- [What to work on]:
Please repeat the lines below exactly. Begin with the line containing "#15=IFCLOCALPLACEMENT(#11,#2);" and go on through the line containing "#37=IFCPRODUCTDEFINITIONSHAPE($,$,(#36));".

- [Stored data entries]:
*** Block opens ***

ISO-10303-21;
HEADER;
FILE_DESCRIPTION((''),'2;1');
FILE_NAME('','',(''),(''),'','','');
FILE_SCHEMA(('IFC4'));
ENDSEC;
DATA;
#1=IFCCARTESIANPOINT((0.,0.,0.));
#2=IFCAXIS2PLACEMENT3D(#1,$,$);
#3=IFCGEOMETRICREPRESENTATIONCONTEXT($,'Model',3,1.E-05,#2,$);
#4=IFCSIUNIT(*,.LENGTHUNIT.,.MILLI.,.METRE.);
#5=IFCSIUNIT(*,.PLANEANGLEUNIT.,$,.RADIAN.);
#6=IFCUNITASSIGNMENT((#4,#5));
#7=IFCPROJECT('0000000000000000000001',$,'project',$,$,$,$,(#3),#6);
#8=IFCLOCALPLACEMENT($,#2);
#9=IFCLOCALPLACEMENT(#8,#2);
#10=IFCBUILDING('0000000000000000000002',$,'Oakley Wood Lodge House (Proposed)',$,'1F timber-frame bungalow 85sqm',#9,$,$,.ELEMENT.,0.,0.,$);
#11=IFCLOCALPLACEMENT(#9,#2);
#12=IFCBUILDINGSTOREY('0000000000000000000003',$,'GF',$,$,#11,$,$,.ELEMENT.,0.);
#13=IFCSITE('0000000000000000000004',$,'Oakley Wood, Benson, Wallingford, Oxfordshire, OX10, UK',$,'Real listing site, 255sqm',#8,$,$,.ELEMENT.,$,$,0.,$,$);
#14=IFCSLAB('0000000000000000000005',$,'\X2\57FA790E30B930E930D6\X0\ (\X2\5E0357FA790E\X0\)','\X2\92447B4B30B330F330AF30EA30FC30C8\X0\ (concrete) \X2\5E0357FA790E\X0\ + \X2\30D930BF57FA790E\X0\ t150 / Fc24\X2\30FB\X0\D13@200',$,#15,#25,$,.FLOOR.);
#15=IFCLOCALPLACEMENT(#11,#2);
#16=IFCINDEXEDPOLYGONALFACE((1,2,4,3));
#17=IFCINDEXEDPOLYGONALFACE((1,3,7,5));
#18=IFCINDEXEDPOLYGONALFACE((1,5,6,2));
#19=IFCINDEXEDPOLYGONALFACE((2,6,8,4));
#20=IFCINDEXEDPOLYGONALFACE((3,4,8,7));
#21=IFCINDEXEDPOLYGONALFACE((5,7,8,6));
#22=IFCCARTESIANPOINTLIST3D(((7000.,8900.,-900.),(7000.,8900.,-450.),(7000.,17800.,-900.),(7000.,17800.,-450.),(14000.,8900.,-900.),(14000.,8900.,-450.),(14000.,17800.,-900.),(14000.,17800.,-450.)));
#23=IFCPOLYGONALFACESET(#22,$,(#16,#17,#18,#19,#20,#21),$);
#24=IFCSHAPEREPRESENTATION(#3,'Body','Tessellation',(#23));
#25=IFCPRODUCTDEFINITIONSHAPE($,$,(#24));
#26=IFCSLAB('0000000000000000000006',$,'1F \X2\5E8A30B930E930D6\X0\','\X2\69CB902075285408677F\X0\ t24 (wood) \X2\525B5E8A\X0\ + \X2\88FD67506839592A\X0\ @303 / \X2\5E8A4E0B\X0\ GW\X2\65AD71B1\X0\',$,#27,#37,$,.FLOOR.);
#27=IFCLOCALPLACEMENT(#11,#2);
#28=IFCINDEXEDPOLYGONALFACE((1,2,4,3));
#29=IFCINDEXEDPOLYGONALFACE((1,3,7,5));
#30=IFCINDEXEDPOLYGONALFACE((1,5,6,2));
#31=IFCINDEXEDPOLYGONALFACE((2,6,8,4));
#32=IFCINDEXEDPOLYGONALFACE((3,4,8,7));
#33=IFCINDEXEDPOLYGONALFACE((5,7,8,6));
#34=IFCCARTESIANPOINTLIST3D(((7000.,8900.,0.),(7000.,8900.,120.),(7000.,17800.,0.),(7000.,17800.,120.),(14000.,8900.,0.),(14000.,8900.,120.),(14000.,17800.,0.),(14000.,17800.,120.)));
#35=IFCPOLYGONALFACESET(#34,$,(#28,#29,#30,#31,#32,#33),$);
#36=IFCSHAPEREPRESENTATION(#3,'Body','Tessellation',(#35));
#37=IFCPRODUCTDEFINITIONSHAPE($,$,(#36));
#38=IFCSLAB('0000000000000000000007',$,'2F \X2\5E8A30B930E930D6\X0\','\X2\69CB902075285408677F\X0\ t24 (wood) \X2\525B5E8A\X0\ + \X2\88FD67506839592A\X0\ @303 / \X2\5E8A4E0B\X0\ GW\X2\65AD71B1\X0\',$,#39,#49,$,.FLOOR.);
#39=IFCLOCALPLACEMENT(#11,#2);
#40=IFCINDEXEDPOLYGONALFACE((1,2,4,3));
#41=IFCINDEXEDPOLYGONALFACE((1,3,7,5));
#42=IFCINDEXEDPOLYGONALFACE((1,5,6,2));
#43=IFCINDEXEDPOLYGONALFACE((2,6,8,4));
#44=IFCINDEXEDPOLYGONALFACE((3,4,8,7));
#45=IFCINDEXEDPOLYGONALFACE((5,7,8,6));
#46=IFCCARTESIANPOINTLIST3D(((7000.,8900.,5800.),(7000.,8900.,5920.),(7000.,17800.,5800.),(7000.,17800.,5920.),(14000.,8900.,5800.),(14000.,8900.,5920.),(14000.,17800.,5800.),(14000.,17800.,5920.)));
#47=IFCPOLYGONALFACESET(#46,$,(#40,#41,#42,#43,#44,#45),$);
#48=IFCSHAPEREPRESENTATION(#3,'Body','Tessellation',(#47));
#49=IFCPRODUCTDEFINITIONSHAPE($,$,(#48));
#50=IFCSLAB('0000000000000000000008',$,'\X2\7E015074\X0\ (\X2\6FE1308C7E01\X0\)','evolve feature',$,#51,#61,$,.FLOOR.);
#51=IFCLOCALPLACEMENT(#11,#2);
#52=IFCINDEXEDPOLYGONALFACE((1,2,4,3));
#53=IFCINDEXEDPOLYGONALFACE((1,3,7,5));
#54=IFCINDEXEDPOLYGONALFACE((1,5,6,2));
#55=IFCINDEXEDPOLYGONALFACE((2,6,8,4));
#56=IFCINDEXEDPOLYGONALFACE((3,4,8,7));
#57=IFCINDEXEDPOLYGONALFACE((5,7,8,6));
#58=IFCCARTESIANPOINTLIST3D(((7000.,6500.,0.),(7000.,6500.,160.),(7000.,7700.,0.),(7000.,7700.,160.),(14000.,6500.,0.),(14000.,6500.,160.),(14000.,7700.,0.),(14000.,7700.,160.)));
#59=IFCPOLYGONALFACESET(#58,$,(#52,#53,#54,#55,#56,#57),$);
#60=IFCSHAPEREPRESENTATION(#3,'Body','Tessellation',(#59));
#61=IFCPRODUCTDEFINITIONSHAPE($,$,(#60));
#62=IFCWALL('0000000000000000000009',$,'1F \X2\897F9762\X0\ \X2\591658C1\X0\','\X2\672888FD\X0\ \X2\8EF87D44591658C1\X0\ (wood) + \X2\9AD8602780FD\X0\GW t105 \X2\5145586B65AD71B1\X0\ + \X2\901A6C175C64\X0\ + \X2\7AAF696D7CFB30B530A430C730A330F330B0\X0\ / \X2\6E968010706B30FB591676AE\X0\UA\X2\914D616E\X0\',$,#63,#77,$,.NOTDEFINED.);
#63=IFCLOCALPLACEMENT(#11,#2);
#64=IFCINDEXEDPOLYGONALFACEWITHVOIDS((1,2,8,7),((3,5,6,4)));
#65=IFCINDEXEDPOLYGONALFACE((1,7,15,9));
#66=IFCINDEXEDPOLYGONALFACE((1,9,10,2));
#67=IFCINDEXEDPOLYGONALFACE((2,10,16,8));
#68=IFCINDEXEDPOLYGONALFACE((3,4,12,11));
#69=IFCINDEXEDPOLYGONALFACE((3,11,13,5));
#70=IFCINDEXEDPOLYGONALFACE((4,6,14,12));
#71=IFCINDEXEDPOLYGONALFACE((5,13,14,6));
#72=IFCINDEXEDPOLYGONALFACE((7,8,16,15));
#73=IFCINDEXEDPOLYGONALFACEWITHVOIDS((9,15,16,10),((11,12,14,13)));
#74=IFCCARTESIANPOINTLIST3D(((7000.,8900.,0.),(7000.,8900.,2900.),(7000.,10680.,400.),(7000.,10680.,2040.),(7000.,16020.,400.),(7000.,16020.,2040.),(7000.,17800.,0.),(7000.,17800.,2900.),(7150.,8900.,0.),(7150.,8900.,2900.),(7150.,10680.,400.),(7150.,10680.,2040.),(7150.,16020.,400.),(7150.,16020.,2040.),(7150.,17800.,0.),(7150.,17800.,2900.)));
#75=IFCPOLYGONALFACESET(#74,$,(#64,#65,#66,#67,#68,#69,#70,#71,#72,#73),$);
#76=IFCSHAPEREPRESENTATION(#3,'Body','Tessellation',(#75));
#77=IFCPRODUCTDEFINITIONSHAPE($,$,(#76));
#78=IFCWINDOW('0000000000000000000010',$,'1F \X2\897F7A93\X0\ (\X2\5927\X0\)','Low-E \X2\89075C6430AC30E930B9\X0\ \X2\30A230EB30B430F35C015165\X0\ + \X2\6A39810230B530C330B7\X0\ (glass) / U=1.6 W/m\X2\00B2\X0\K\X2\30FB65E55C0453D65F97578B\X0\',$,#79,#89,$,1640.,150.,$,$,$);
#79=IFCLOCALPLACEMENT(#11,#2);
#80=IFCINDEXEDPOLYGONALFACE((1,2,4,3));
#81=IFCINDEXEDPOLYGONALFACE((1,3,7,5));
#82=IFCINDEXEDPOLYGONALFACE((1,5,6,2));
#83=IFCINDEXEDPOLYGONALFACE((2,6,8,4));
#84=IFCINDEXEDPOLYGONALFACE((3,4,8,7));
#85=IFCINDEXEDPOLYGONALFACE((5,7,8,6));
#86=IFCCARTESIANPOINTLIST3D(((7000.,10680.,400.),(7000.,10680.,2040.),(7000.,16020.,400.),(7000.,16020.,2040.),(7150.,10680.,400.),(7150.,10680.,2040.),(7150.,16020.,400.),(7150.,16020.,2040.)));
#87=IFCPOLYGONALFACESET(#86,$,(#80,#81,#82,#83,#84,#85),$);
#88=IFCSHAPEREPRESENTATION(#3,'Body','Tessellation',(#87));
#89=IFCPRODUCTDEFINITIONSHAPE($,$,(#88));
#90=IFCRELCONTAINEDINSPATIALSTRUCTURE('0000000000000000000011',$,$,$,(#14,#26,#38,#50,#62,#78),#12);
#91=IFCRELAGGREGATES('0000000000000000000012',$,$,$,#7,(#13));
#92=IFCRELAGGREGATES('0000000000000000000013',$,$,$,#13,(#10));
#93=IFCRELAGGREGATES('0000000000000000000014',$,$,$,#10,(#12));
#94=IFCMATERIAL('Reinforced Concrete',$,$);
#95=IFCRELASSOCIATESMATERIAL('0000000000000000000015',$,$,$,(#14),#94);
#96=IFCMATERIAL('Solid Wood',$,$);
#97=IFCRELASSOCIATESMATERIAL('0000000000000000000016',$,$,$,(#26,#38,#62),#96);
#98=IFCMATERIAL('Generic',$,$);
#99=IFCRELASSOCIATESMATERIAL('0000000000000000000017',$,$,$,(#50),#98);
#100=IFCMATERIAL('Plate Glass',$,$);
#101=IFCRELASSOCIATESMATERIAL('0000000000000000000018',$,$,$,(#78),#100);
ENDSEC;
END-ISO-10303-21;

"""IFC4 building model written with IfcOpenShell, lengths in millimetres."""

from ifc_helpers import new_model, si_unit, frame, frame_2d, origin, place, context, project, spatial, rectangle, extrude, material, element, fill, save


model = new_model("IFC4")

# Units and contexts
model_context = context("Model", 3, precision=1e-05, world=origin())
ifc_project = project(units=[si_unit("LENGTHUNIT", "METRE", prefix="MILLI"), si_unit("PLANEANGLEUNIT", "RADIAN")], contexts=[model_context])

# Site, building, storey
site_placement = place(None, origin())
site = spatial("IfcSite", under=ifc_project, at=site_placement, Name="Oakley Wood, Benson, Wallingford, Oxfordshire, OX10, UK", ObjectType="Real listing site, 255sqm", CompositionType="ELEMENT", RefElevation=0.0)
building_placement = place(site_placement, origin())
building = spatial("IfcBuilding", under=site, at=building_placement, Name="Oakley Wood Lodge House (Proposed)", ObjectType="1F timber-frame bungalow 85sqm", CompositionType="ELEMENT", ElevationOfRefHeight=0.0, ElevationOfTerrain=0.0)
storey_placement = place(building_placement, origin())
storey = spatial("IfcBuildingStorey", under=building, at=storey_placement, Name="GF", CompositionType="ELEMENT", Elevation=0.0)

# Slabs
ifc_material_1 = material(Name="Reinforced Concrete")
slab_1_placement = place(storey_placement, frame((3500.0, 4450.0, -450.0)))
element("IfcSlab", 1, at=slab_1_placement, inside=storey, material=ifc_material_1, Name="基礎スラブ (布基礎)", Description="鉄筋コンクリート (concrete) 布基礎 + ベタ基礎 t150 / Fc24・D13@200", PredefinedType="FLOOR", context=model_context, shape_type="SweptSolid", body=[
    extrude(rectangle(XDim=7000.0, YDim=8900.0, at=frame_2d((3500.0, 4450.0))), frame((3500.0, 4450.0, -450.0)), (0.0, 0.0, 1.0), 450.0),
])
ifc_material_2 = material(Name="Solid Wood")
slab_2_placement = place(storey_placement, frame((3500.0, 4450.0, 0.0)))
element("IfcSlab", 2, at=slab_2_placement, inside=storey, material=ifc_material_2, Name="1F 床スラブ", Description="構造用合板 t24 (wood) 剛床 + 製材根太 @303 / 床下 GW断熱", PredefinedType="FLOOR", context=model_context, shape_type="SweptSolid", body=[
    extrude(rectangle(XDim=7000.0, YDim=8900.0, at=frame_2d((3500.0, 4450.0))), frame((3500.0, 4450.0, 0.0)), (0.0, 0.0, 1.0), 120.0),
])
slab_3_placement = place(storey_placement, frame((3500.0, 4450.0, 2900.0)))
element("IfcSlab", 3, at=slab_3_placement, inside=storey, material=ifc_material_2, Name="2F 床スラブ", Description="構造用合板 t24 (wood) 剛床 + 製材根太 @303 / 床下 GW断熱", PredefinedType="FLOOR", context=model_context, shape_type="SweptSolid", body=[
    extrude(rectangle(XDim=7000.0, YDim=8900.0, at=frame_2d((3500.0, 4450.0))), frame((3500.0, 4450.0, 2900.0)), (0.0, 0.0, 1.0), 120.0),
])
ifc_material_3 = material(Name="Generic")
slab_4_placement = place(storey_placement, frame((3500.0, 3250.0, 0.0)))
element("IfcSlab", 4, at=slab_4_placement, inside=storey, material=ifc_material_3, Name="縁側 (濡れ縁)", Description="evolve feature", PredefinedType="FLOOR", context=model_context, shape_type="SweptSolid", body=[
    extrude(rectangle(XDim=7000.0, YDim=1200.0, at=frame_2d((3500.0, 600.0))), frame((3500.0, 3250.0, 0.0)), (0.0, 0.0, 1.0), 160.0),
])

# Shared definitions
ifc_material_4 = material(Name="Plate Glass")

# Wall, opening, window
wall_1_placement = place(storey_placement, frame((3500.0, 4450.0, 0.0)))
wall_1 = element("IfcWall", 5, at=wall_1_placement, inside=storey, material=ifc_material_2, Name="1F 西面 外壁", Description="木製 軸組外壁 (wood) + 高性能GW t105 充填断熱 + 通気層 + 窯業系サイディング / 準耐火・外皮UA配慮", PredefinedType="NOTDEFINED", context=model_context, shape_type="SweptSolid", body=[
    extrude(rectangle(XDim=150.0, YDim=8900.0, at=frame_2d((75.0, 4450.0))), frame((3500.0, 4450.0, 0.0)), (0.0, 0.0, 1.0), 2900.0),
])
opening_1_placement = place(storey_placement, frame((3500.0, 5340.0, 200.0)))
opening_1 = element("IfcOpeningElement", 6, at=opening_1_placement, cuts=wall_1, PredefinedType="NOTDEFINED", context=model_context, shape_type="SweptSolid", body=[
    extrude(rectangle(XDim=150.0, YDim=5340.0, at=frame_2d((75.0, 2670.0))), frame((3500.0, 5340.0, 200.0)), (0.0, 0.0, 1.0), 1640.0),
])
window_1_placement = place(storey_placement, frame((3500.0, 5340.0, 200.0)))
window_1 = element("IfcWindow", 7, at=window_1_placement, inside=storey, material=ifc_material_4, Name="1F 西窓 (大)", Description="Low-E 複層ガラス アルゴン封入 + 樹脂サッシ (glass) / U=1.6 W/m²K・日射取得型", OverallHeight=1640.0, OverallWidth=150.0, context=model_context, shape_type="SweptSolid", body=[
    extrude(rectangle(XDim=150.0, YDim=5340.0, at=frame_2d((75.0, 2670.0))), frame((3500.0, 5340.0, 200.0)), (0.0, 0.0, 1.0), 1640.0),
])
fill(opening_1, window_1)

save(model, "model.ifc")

*** Block closes ***
*** Block opens ***

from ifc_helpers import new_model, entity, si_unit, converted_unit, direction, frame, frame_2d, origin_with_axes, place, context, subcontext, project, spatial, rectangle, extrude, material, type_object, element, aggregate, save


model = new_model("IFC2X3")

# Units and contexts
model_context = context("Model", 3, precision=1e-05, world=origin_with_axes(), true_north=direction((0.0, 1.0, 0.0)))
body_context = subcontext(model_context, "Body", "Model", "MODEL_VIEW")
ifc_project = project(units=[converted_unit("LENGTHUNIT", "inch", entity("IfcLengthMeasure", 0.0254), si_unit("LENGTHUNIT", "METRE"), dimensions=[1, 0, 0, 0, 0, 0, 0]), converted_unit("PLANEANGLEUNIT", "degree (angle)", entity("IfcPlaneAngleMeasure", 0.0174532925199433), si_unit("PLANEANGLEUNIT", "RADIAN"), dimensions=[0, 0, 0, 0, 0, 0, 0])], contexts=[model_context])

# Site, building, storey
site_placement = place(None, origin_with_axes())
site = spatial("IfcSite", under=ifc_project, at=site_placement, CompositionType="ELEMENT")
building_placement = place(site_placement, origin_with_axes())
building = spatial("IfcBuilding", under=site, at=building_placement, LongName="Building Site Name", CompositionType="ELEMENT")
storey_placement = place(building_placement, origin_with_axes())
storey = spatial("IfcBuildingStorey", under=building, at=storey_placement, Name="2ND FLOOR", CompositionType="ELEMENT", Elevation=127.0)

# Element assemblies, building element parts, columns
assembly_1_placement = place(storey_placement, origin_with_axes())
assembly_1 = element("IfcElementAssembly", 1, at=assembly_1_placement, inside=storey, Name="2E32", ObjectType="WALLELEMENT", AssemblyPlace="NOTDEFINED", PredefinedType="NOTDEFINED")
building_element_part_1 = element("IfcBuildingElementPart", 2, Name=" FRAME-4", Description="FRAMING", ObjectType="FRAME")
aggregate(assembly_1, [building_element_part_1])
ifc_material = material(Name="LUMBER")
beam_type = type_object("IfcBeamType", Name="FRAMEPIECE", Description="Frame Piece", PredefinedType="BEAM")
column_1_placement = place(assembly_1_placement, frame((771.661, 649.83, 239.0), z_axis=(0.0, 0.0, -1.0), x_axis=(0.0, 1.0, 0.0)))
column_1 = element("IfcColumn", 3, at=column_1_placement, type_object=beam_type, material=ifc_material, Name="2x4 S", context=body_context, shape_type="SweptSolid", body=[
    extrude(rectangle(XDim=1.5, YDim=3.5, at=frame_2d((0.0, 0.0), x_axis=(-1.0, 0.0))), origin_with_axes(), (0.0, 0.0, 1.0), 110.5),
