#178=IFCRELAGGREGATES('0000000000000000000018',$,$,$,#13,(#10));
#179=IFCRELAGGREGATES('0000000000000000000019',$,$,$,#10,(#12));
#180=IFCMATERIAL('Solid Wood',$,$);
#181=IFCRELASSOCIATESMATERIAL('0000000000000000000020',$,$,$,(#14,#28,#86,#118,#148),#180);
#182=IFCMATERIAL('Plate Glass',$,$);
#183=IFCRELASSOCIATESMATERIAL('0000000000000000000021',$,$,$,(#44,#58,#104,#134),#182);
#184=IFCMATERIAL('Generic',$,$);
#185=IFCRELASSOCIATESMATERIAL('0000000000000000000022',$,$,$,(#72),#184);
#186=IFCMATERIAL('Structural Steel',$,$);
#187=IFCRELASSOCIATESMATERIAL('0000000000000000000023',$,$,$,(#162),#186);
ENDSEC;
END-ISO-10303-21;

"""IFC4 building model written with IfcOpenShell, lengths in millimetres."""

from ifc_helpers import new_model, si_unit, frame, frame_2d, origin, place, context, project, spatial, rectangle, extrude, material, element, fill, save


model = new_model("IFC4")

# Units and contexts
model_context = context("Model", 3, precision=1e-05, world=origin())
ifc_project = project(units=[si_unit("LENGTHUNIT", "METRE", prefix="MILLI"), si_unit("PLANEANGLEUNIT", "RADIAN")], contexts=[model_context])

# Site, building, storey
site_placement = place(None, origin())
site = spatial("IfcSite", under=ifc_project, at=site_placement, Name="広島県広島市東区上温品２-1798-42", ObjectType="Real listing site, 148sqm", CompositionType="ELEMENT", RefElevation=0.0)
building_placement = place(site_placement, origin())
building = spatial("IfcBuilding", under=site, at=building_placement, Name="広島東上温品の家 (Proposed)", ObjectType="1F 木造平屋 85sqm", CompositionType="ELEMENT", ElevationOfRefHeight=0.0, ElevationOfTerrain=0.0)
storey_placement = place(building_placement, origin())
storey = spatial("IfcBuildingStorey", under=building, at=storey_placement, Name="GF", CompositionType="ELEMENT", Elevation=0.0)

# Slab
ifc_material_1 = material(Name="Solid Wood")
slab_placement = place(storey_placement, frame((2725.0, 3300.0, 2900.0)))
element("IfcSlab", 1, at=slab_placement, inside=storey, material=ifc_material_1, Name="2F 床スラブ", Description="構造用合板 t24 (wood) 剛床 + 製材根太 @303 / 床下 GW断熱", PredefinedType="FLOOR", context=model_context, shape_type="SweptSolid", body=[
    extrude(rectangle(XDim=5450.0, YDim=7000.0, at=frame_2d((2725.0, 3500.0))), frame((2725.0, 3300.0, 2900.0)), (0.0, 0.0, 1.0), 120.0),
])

*** Block closes ***

- [Exercise solution]:
#15=IFCLOCALPLACEMENT(#11,#2);
#16=IFCINDEXEDPOLYGONALFACE((1,2,4,3));
#17=IFCINDEXEDPOLYGONALFACE((1,3,7,5));
#18=IFCINDEXEDPOLYGONALFACE((1,5,6,2));
#19=IFCINDEXEDPOLYGONALFACE((2,6,8,4));
#20=IFCINDEXEDPOLYGONALFACE((3,4,8,7));
#21=IFCINDEXEDPOLYGONALFACE((5,7,8,6));
#22=IFCCARTESIANPOINTLIST3D(((7000.,8900.,-900.),(7000.,8900.,-450.),(7000.,17800.,-900.),(7000.,17800.,-450.),(14000.,8900.,-900.),(14000.,8900.,-450.),(14000.,17800.,-900.),(14000.,17800.,-450.)));
#23=IFCPOLYGONALFACESET(#22,$,(#16,#17,#18,#19,#20,#21),$);
#24=IFCSHAPEREPRESENTATION(#3,'Body','Tessellation',(#23));
#25=IFCPRODUCTDEFINITIONSHAPE($,$,(#24));
#26=IFCSLAB('0000000000000000000006',$,'1F \X2\5E8A30B930E930D6\X0\','\X2\69CB902075285408677F\X0\ t24 (wood) \X2\525B5E8A\X0\ + \X2\88FD67506839592A\X0\ @303 / \X2\5E8A4E0B\X0\ GW\X2\65AD71B1\X0\',$,#27,#37,$,.FLOOR.);
#27=IFCLOCALPLACEMENT(#11,#2);
#28=IFCINDEXEDPOLYGONALFACE((1,2,4,3));
#29=IFCINDEXEDPOLYGONALFACE((1,3,7,5));
#30=IFCINDEXEDPOLYGONALFACE((1,5,6,2));
#31=IFCINDEXEDPOLYGONALFACE((2,6,8,4));
#32=IFCINDEXEDPOLYGONALFACE((3,4,8,7));
#33=IFCINDEXEDPOLYGONALFACE((5,7,8,6));
#34=IFCCARTESIANPOINTLIST3D(((7000.,8900.,0.),(7000.,8900.,120.),(7000.,17800.,0.),(7000.,17800.,120.),(14000.,8900.,0.),(14000.,8900.,120.),(14000.,17800.,0.),(14000.,17800.,120.)));
#35=IFCPOLYGONALFACESET(#34,$,(#28,#29,#30,#31,#32,#33),$);
#36=IFCSHAPEREPRESENTATION(#3,'Body','Tessellation',(#35));
#37=IFCPRODUCTDEFINITIONSHAPE($,$,(#36));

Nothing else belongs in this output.